* _RECORDED DATA_

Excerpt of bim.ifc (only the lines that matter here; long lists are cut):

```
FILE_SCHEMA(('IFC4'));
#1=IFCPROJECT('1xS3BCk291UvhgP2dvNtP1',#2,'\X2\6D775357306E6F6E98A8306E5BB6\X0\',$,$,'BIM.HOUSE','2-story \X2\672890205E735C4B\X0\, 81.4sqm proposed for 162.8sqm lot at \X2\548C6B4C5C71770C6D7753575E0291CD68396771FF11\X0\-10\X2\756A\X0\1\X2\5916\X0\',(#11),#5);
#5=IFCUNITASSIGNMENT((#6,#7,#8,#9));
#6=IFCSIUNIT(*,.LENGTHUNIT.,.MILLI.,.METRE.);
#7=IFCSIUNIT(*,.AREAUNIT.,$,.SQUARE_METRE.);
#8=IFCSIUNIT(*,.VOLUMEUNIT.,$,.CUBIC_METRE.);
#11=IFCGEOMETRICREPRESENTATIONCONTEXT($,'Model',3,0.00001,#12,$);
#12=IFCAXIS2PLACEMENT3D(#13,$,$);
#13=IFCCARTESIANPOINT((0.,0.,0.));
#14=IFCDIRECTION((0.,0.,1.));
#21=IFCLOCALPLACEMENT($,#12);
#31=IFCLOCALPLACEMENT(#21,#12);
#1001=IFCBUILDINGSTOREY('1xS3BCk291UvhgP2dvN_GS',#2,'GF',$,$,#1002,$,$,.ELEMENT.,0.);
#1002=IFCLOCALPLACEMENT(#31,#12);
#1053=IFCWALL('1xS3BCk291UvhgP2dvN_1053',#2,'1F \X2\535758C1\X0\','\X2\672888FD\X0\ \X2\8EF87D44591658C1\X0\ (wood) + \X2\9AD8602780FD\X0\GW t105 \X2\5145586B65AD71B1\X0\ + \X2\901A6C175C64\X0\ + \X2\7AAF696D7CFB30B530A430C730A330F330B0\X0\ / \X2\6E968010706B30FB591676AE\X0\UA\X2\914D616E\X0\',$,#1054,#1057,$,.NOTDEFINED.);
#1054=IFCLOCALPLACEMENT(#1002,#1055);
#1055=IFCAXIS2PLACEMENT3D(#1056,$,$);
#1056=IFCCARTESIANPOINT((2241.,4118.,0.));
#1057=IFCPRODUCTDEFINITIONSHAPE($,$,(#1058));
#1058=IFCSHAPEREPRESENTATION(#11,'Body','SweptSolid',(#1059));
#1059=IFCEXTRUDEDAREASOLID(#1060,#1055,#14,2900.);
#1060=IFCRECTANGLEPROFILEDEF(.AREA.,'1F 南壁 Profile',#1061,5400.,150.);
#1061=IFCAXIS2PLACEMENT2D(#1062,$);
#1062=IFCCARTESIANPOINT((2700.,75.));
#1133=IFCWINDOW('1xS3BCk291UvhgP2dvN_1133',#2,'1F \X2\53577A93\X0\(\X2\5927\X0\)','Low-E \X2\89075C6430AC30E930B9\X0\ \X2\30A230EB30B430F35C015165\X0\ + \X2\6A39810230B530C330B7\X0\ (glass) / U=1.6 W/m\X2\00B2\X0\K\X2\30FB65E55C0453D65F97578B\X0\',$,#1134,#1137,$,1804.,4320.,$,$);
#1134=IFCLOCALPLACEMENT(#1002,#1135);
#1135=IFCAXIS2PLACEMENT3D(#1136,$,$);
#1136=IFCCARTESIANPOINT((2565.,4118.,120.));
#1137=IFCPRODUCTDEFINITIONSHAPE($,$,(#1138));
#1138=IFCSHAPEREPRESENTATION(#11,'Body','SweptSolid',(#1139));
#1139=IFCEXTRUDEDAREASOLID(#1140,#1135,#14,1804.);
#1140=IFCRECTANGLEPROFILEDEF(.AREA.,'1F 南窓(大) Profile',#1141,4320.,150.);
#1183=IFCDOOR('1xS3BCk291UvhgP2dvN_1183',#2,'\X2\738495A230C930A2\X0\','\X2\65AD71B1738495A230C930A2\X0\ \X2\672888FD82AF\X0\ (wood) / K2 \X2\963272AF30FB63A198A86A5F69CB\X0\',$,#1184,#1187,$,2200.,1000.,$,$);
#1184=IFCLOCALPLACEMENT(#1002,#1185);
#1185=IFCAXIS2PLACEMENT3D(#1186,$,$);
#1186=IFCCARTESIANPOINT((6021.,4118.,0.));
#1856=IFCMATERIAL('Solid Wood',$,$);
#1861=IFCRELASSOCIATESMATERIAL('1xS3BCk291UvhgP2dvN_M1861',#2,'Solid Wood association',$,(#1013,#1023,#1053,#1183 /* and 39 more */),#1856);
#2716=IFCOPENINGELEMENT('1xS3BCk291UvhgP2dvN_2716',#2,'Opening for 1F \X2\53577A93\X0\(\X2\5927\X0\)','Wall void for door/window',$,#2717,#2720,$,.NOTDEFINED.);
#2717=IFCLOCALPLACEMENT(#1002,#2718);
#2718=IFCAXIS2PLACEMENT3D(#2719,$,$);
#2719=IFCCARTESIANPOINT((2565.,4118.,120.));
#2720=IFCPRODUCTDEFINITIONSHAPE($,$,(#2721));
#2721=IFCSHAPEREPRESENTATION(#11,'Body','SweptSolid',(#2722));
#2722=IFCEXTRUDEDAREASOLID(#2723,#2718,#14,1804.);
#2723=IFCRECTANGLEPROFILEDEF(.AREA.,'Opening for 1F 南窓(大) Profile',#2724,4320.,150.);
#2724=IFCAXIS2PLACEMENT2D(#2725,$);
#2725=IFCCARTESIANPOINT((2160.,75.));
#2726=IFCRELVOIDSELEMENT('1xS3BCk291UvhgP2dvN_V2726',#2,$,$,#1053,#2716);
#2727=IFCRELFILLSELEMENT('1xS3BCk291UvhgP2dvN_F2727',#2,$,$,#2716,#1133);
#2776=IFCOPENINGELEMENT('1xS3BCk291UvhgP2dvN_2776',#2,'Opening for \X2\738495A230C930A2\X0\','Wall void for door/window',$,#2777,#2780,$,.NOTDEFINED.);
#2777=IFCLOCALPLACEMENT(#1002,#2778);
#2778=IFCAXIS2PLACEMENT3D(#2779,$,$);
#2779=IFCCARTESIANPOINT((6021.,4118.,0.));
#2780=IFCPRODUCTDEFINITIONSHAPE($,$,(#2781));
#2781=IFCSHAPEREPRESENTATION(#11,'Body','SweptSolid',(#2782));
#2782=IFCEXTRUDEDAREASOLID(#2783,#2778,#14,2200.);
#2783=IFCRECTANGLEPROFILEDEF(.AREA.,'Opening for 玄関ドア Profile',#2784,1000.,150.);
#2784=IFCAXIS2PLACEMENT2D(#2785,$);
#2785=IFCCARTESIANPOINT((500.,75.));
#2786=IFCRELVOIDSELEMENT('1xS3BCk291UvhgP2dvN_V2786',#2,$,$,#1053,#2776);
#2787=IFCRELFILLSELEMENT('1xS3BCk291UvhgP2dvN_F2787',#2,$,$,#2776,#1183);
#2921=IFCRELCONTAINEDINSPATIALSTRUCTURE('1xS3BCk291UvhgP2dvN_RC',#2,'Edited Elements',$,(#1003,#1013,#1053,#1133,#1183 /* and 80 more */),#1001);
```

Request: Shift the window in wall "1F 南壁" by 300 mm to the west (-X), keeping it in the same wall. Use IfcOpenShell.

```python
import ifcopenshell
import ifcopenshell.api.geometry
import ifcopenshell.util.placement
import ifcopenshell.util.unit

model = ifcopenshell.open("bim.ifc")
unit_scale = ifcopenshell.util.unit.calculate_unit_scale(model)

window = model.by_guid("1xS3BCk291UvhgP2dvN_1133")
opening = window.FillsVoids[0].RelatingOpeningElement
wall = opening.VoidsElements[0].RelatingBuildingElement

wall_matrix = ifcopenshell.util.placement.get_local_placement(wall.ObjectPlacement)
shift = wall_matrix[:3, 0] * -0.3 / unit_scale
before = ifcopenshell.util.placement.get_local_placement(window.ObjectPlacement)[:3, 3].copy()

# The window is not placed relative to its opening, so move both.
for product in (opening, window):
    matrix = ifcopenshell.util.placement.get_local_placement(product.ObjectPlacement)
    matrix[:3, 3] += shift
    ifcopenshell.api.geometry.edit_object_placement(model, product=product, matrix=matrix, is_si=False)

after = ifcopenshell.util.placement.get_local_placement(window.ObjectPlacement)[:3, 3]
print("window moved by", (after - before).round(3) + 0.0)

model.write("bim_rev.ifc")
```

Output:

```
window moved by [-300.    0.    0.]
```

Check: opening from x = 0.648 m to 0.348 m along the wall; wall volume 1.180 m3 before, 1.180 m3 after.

* _AIM OF THE TASK_
Check each line of the records above for the word "Body" and report how many lines have it, as a number only.

* _RESPONSE BOX_
4